(Data entries)

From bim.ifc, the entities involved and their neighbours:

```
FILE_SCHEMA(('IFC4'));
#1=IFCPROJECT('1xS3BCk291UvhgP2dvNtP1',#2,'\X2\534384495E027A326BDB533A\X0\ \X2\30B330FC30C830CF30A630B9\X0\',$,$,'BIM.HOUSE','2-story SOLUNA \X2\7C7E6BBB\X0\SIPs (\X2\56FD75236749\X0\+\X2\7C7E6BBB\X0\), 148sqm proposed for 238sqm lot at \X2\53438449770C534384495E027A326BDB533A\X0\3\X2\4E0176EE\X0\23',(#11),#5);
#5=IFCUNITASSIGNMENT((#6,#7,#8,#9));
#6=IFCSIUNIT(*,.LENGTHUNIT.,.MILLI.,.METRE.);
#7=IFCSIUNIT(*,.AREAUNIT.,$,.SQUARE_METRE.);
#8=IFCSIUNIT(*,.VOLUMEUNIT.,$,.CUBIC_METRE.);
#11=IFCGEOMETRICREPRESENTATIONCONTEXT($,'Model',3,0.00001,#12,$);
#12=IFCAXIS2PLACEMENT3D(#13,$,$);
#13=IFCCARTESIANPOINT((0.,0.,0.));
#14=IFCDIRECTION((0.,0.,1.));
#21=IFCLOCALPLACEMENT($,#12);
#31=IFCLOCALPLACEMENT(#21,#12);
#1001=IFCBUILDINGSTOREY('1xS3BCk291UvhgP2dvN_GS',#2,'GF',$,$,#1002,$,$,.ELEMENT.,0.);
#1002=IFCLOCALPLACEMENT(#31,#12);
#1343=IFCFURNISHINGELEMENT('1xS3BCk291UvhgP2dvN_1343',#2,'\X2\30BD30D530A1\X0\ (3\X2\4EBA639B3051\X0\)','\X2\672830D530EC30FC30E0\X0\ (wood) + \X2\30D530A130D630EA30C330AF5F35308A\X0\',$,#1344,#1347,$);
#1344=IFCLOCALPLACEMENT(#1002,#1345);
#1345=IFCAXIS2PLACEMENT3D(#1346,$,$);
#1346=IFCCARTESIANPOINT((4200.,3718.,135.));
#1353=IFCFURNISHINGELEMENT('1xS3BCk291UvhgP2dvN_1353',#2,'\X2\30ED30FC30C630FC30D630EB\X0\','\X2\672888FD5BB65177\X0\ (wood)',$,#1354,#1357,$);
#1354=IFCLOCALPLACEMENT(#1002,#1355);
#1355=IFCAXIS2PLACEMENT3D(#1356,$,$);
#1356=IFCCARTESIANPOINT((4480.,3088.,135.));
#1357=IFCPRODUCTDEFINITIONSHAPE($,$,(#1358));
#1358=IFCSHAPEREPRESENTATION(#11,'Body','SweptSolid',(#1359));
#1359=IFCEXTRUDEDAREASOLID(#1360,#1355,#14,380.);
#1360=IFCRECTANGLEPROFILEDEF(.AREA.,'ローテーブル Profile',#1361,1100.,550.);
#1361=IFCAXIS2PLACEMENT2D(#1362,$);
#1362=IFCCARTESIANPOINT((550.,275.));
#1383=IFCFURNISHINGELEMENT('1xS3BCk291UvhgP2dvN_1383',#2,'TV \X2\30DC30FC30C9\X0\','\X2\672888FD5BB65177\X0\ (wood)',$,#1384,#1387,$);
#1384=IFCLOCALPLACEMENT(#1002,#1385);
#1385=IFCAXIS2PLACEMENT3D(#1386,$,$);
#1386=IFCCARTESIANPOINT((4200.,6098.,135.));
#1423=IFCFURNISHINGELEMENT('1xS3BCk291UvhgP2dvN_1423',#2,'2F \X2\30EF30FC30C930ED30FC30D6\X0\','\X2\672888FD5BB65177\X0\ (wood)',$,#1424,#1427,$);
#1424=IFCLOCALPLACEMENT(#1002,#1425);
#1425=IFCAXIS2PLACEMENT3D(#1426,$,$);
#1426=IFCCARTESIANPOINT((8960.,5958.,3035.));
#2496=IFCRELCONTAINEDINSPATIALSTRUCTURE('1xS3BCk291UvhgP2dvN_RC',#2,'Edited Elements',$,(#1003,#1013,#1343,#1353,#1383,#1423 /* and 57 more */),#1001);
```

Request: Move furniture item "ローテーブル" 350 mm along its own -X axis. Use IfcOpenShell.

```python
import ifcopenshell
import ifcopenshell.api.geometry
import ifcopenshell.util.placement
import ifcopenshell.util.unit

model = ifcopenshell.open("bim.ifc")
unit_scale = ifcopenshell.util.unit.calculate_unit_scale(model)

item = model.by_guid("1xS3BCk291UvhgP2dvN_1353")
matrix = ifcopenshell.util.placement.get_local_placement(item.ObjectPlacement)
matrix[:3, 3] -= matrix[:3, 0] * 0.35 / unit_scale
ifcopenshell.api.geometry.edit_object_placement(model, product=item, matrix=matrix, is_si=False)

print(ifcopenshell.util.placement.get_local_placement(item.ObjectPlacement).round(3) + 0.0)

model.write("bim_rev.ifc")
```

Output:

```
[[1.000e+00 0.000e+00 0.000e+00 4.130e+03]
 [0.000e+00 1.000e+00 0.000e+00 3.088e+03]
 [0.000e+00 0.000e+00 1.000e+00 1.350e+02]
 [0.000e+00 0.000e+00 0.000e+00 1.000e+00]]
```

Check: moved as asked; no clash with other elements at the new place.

- **Task brief**:
Tally the lines of the records holding the word "IFCFURNISHINGELEMENT", then give only the resulting number.

- **Expected output**:
4